When a public is trained to see enemies everywhere, it begins to search for them even when the script runs out

By
Asad Baig

“Gentlemen and ladies, hold the presses,” declares Elliot Carver, the media mogul and the villain in the James Bond film ‘Tomorrow Never Dies’, as he prepares to launch his satellite news network.

“This just in: by a curious quirk of fate, we have the perfect story with which to launch our Satellite News Network tonight. It seems a small crisis is brewing in the South China Seas. I want full newspaper coverage. I want magazine stories. I want books. I want films. I want TV. I want radio. I want us on the air. This is our moment! And a billion people around this planet will watch it, hear it, and read about it from the Carver Media Group.

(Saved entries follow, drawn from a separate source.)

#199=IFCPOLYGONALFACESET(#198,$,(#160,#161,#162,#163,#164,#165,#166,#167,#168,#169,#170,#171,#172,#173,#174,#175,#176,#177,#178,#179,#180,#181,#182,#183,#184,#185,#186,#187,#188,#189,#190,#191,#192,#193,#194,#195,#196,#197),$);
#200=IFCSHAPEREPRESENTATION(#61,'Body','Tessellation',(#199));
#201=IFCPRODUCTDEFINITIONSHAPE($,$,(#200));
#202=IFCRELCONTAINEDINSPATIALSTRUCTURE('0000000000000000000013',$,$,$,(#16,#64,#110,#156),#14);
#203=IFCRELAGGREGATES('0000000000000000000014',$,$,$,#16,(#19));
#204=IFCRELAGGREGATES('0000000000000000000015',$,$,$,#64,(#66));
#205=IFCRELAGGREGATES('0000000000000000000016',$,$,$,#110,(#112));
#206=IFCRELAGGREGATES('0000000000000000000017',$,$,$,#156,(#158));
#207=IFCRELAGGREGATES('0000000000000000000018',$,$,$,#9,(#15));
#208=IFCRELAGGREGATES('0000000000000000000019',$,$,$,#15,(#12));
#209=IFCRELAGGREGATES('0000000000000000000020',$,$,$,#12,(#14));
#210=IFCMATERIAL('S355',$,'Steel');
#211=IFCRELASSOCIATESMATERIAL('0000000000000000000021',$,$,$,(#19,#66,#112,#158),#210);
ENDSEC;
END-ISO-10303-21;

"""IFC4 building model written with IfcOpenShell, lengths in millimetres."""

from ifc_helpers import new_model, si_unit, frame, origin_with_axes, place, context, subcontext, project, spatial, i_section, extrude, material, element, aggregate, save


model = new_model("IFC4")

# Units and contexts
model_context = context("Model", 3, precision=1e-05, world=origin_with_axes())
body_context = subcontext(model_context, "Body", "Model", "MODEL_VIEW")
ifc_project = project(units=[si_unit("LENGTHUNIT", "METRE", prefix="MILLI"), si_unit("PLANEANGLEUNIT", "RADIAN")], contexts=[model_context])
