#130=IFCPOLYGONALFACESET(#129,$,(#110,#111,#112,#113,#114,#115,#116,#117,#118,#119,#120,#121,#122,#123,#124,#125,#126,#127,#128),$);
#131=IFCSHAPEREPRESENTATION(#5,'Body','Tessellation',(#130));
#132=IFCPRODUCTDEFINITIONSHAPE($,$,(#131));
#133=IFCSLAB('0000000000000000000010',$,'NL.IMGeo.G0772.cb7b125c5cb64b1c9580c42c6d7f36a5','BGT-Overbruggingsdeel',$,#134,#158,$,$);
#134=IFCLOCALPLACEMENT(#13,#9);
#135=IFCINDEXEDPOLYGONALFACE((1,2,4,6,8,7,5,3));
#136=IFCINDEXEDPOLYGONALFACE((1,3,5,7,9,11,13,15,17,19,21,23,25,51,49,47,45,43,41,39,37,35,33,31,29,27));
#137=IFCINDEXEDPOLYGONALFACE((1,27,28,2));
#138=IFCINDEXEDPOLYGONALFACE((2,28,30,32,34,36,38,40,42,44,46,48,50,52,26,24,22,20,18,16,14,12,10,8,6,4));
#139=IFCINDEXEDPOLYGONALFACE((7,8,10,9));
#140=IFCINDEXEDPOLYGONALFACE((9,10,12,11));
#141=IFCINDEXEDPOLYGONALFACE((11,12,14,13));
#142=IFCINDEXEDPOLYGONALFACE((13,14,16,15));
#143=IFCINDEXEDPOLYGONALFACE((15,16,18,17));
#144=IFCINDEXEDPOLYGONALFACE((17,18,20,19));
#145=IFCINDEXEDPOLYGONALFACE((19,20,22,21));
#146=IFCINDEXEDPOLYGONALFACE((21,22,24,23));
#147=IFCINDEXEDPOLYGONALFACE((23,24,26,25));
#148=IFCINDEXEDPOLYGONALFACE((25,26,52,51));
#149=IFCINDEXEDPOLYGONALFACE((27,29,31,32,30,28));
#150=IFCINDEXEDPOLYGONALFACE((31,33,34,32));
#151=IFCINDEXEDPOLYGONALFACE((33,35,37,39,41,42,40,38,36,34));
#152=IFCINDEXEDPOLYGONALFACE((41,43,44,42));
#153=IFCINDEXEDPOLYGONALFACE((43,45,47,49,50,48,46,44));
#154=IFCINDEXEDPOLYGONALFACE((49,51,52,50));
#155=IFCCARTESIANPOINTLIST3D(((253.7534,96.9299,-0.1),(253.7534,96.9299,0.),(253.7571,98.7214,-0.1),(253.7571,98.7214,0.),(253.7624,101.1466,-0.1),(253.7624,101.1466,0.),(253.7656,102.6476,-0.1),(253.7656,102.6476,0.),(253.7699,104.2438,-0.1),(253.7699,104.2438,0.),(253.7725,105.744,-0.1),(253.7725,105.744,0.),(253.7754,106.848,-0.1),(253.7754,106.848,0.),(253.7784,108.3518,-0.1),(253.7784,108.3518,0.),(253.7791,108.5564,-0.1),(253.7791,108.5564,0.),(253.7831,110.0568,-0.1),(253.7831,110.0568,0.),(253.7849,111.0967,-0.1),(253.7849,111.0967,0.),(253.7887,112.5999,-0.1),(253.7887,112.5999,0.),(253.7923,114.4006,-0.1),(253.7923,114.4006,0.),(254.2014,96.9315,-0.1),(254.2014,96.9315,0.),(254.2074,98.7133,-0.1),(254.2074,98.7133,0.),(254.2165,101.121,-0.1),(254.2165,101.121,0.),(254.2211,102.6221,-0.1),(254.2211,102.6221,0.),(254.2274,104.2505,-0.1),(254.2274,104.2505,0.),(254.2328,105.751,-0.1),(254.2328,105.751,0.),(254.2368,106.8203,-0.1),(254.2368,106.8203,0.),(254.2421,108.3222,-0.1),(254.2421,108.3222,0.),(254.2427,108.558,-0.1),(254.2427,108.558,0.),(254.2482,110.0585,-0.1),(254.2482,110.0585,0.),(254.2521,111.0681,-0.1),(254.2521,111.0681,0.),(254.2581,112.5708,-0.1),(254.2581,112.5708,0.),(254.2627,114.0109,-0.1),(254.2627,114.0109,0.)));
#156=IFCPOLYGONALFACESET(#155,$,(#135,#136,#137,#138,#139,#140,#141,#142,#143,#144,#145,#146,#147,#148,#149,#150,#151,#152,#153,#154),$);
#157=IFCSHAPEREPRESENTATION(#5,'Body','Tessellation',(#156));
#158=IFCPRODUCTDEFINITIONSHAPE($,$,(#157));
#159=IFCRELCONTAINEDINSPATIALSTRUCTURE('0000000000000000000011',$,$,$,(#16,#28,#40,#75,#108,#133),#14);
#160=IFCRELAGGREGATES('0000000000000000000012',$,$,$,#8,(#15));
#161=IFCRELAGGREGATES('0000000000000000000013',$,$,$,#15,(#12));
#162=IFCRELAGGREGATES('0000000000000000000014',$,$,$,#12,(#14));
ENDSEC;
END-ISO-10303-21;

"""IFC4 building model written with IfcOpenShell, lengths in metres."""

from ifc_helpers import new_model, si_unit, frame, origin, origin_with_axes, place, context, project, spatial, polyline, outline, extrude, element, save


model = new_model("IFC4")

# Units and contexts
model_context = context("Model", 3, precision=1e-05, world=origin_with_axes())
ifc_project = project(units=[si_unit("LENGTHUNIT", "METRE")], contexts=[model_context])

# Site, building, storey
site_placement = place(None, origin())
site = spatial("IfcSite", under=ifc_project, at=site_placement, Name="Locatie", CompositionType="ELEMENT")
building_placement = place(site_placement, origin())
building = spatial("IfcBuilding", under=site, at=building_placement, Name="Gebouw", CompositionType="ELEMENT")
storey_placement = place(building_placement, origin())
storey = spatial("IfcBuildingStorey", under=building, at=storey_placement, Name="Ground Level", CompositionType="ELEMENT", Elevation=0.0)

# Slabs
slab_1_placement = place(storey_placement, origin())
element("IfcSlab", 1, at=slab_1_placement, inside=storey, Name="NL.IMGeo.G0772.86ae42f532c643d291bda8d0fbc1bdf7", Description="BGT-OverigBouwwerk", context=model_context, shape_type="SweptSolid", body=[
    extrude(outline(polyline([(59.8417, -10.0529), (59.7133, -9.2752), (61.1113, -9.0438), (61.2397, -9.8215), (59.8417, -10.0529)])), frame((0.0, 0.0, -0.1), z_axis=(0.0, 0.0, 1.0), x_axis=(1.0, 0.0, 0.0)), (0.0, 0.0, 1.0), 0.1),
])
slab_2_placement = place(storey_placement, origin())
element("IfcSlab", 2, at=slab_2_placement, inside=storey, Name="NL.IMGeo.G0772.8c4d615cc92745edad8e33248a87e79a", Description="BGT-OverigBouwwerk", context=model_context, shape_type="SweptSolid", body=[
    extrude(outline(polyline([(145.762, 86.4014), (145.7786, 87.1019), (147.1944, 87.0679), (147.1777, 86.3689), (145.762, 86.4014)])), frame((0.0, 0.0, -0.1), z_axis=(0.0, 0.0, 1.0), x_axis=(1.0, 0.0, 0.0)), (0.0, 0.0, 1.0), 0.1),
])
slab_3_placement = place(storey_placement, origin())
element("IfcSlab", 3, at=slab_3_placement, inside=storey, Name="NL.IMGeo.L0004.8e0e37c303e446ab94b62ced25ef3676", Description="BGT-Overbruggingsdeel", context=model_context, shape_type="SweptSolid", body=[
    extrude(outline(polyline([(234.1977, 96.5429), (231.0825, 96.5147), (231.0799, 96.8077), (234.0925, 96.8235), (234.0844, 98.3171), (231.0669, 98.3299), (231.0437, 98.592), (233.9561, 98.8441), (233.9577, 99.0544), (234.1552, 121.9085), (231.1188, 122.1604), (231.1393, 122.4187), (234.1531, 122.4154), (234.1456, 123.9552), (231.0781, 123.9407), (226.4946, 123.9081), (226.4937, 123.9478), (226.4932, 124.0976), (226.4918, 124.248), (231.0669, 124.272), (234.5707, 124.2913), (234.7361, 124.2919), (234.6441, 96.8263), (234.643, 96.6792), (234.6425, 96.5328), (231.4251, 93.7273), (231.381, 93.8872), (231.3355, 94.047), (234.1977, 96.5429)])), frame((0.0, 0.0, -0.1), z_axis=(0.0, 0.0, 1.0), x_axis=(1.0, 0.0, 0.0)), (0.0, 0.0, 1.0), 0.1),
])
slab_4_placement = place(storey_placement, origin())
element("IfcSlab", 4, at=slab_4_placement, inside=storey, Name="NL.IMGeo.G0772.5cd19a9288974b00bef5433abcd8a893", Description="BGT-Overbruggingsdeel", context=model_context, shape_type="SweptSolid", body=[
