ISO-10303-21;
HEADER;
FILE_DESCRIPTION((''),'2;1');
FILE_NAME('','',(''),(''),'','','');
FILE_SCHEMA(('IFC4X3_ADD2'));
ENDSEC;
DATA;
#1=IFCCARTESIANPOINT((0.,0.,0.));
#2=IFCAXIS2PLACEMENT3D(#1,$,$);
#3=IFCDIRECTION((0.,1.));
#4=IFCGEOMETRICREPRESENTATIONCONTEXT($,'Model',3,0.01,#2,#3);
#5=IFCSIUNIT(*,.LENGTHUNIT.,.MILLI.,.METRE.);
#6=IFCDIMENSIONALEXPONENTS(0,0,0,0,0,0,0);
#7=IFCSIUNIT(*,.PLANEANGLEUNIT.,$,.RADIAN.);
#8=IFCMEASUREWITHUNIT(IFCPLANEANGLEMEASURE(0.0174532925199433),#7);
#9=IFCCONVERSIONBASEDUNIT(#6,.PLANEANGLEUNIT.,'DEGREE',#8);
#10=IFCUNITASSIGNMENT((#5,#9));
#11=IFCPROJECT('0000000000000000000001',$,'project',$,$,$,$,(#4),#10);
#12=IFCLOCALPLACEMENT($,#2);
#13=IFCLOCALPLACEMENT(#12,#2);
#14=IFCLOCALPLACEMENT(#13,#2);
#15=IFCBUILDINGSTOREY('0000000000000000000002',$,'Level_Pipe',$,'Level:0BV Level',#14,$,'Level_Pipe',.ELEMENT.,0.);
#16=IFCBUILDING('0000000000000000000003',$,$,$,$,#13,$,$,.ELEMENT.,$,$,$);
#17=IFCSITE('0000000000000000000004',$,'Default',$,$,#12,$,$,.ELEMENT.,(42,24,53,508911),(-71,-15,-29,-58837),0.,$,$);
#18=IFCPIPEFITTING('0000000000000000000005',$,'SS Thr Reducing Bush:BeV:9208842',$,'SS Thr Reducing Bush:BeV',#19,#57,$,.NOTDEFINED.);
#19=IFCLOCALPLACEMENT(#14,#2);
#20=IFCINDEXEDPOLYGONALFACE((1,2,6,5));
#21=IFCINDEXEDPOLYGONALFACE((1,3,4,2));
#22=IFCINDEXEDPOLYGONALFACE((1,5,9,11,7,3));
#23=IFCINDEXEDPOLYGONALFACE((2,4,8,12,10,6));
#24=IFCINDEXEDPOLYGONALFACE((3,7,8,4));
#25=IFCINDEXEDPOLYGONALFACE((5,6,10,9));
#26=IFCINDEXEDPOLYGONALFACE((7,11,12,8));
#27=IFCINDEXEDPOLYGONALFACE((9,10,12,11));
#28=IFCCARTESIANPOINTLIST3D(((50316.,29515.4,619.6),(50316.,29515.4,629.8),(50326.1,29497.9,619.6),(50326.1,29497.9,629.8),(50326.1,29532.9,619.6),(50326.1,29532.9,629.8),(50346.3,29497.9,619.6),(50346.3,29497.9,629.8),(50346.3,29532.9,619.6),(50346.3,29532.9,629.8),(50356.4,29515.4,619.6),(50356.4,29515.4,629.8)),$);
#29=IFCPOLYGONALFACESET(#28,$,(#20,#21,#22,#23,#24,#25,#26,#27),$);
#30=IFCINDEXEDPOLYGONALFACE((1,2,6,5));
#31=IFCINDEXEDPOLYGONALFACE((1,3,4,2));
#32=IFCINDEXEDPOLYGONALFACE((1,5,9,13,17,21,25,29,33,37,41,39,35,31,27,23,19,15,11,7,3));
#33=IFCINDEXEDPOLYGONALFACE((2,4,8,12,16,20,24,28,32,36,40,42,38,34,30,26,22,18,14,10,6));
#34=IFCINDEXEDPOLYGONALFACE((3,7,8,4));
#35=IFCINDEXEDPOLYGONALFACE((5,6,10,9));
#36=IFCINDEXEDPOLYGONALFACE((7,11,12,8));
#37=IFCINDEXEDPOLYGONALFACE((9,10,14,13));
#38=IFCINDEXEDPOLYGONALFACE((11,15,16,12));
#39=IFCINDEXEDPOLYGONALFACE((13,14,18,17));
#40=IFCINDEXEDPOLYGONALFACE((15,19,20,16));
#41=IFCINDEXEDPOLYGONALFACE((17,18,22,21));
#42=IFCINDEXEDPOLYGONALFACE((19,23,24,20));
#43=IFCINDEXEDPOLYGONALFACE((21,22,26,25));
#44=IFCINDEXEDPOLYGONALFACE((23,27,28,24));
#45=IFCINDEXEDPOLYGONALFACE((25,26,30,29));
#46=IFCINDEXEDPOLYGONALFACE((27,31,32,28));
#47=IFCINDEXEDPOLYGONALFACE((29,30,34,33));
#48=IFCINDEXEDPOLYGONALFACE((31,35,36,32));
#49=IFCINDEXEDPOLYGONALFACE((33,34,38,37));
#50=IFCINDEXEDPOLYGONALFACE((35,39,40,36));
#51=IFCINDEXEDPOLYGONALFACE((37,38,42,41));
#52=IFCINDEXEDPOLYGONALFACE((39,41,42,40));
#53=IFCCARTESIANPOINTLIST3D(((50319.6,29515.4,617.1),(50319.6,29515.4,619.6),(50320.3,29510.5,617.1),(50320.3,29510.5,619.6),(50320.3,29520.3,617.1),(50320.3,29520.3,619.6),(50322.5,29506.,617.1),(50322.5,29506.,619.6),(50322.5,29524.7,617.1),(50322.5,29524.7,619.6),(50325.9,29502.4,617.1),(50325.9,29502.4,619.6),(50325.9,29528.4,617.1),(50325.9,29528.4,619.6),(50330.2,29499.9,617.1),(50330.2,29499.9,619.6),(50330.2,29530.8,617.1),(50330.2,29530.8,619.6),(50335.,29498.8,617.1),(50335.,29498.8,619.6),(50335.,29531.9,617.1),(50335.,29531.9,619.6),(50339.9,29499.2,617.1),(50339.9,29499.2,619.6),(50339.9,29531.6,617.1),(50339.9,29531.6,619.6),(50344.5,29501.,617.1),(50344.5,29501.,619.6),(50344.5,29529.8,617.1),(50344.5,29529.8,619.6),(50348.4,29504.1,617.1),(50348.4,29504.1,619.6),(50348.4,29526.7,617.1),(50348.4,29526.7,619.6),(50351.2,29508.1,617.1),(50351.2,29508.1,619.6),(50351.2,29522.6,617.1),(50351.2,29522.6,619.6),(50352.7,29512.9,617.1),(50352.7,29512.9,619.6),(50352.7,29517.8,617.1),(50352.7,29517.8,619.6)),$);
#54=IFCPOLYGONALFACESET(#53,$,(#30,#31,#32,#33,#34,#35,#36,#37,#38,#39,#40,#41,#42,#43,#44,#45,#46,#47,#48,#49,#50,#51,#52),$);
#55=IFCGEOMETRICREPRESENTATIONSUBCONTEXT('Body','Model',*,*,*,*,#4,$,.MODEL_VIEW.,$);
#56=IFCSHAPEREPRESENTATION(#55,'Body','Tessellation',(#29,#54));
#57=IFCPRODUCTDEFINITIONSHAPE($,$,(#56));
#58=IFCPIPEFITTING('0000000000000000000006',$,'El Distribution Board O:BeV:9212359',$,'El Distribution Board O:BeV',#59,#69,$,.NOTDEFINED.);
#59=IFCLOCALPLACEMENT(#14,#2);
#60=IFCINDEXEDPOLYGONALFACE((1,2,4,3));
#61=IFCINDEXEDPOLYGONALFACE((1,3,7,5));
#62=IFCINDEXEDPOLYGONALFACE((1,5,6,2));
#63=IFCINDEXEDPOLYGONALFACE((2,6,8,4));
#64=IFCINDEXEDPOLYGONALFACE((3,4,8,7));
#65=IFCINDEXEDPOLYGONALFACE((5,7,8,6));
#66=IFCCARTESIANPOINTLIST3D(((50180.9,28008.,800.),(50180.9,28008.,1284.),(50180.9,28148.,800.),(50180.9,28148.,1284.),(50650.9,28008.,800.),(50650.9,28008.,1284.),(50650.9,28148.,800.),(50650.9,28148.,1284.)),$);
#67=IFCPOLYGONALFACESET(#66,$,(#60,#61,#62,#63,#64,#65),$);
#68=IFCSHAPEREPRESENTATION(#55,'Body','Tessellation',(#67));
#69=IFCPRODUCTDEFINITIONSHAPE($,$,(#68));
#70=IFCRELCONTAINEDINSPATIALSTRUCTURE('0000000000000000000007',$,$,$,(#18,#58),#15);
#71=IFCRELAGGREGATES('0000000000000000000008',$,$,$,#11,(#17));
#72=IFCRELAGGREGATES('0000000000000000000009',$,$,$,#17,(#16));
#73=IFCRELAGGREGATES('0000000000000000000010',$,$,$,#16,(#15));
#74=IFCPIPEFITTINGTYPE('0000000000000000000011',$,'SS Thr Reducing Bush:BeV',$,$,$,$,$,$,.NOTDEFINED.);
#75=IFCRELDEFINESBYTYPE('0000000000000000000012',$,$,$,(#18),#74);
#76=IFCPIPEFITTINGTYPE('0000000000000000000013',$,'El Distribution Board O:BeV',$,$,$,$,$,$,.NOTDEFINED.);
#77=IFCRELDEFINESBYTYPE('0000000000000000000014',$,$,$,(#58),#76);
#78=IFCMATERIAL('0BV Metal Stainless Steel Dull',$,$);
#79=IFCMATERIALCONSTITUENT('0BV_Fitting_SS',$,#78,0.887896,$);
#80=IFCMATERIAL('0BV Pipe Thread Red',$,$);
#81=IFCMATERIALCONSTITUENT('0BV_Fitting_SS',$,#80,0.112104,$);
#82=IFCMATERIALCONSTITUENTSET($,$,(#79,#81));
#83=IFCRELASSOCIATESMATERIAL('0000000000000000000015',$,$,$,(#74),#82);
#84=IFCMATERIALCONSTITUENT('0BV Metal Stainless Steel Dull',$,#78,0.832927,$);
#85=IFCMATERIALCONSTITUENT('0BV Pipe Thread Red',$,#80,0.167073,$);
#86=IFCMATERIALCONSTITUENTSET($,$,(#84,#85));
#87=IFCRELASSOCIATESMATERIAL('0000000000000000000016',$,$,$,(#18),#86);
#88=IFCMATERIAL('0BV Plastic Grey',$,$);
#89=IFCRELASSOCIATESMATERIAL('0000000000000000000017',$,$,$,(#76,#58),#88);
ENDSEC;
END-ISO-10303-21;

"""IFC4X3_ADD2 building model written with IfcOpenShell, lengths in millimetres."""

from ifc_helpers import new_model, entity, si_unit, converted_unit, direction, frame, frame_2d, origin, origin_2d_with_axis, place, context, subcontext, project, spatial, polyline, rectangle, circle, outline, extrude, source, transform, mapped, material, constituent, constituent_set, type_object, type_shapes, element, save


model = new_model("IFC4X3_ADD2")

# Units and contexts
model_context = context("Model", 3, precision=0.01, world=origin(), true_north=direction((0.0, 1.0)))
body_context = subcontext(model_context, "Body", "Model", "MODEL_VIEW")
ifc_project = project(units=[si_unit("LENGTHUNIT", "METRE", prefix="MILLI"), converted_unit("PLANEANGLEUNIT", "DEGREE", entity("IfcPlaneAngleMeasure", 0.0174532925199433), si_unit("PLANEANGLEUNIT", "RADIAN"), dimensions=[0, 0, 0, 0, 0, 0, 0])], contexts=[model_context])

# Site, building, storey
site_placement = place(None, origin())
site = spatial("IfcSite", under=ifc_project, at=site_placement, Name="Default", CompositionType="ELEMENT", RefLatitude=(42, 24, 53, 508911), RefLongitude=(-71, -15, -29, -58837), RefElevation=0.0)
building_placement = place(site_placement, origin())
building = spatial("IfcBuilding", under=site, at=building_placement, CompositionType="ELEMENT")
storey_placement = place(building_placement, origin())
storey = spatial("IfcBuildingStorey", under=building, at=storey_placement, Name="Level_Pipe", ObjectType="Level:0BV Level", LongName="Level_Pipe", CompositionType="ELEMENT", Elevation=0.0)

# Pipe fittings
ifc_material_1 = material(Name="0BV Metal Stainless Steel Dull")
ifc_material_2 = material(Name="0BV Pipe Thread Red")
ifc_constituent_1 = constituent(ifc_material_1, Name="0BV Metal Stainless Steel Dull", fraction=0.832927)
ifc_constituent_2 = constituent(ifc_material_2, Name="0BV Pipe Thread Red", fraction=0.167073)
ifc_constituent_set_1 = constituent_set(constituents=[ifc_constituent_1, ifc_constituent_2])
ifc_constituent_3 = constituent(ifc_material_1, Name="0BV_Fitting_SS", fraction=0.887896)
ifc_constituent_4 = constituent(ifc_material_2, Name="0BV_Fitting_SS", fraction=0.112104)
ifc_constituent_set_2 = constituent_set(constituents=[ifc_constituent_3, ifc_constituent_4])
pipe_fitting_type_1 = type_object("IfcPipeFittingType", Name="SS Thr Reducing Bush:BeV", PredefinedType="NOTDEFINED", material=ifc_constituent_set_2)
shared_shape_1 = source(origin(), body_context, "Body", "SweptSolid", [
    extrude(outline(polyline([(-10.1, -17.5), (10.1, -17.5), (20.2, 0.0), (10.1, 17.5), (-10.1, 17.5), (-20.2, 0.0), (-10.1, -17.5)])), frame((2.5, 20.2, 18.2), z_axis=(1.0, 0.0, 0.0), x_axis=(0.0, -0.5, -0.866025)), (0.0, 0.0, 1.0), 10.2),
    extrude(circle(Radius=16.6, at=frame_2d((0.0, 0.0), x_axis=(1.0, 0.0))), frame((0.0, 20.2, 18.2), z_axis=(1.0, 0.0, 0.0), x_axis=(0.0, 1.0, 0.0)), (0.0, 0.0, 1.0), 2.5),
])
type_shapes(pipe_fitting_type_1, [shared_shape_1])
pipe_fitting_1_placement = place(storey_placement, frame((50356.4, 29533.6, 617.1), z_axis=(0.0, -1.0, 0.0), x_axis=(0.0, 0.0, 1.0)))
element("IfcPipeFitting", 1, at=pipe_fitting_1_placement, inside=storey, type_object=pipe_fitting_type_1, material=ifc_constituent_set_1, Name="SS Thr Reducing Bush:BeV:9208842", ObjectType="SS Thr Reducing Bush:BeV", PredefinedType="NOTDEFINED", context=body_context, shape_type="MappedRepresentation", body=[
    mapped(shared_shape_1, transform((0.0, 0.0, 0.0), scale=1.0)),
])
ifc_material_3 = material(Name="0BV Plastic Grey")
pipe_fitting_type_2 = type_object("IfcPipeFittingType", Name="El Distribution Board O:BeV", PredefinedType="NOTDEFINED", material=ifc_material_3)
shared_shape_2 = source(origin(), body_context, "Body", "SweptSolid", [
    extrude(rectangle(XDim=140.0, YDim=470.0, at=origin_2d_with_axis()), frame((0.0, 70.0, 0.0), z_axis=(0.0, 0.0, 1.0), x_axis=(0.0, 1.0, 0.0)), (0.0, 0.0, 1.0), 484.0),
])
type_shapes(pipe_fitting_type_2, [shared_shape_2])
pipe_fitting_2_placement = place(storey_placement, frame((50415.9, 28148.0, 800.0), z_axis=(0.0, 0.0, 1.0), x_axis=(-1.0, 0.0, 0.0)))
element("IfcPipeFitting", 2, at=pipe_fitting_2_placement, inside=storey, type_object=pipe_fitting_type_2, material=ifc_material_3, Name="El Distribution Board O:BeV:9212359", ObjectType="El Distribution Board O:BeV", PredefinedType="NOTDEFINED", context=body_context, shape_type="MappedRepresentation", body=[
    mapped(shared_shape_2, transform((0.0, 0.0, 0.0), scale=1.0)),
])

save(model, "model.ifc")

There's no news like bad news.” he says, barely concealing the glee of a man who sees war not as tragedy, but as prime-time spectacle.

Carver, the fictional media tycoon from the Bond film in question, is less a journalist and more an architect of reality. Instead of waiting for the news to happen, he scripts it. Action precedes causality in his universe. The narrative is drafted before the first shot is fired, and the war is won in headlines long before it's waged. His empire feeds off crisis, real or invented, weaving spectacle into narrative until the line between fact and fabrication collapses. The war he conjures may be imaginary, but the headlines land all the same. And in his world, it is not truth, but the appearance of truth, that holds sway.

Does it sound familiar? 

A screengrab taken from a special transmission by India Today. Screengrab via YouTube/India Today
A screengrab taken from a special transmission by India Today. Screengrab via YouTube/India Today

It should because the Indian prime-time television has been running its own Carver sequel all of this past week. Only this time, the villain isn’t a Hollywood character, but a cacophony of news anchors shouting into split screens. “Pakistan has been invaded, its cities have fallen, its army chief arrested, and its prime minister is reportedly hiding in a bunker.” If Carver were around today, he’d probably take an early retirement, sit back and watch his wildest fantasies broadcast as breaking news.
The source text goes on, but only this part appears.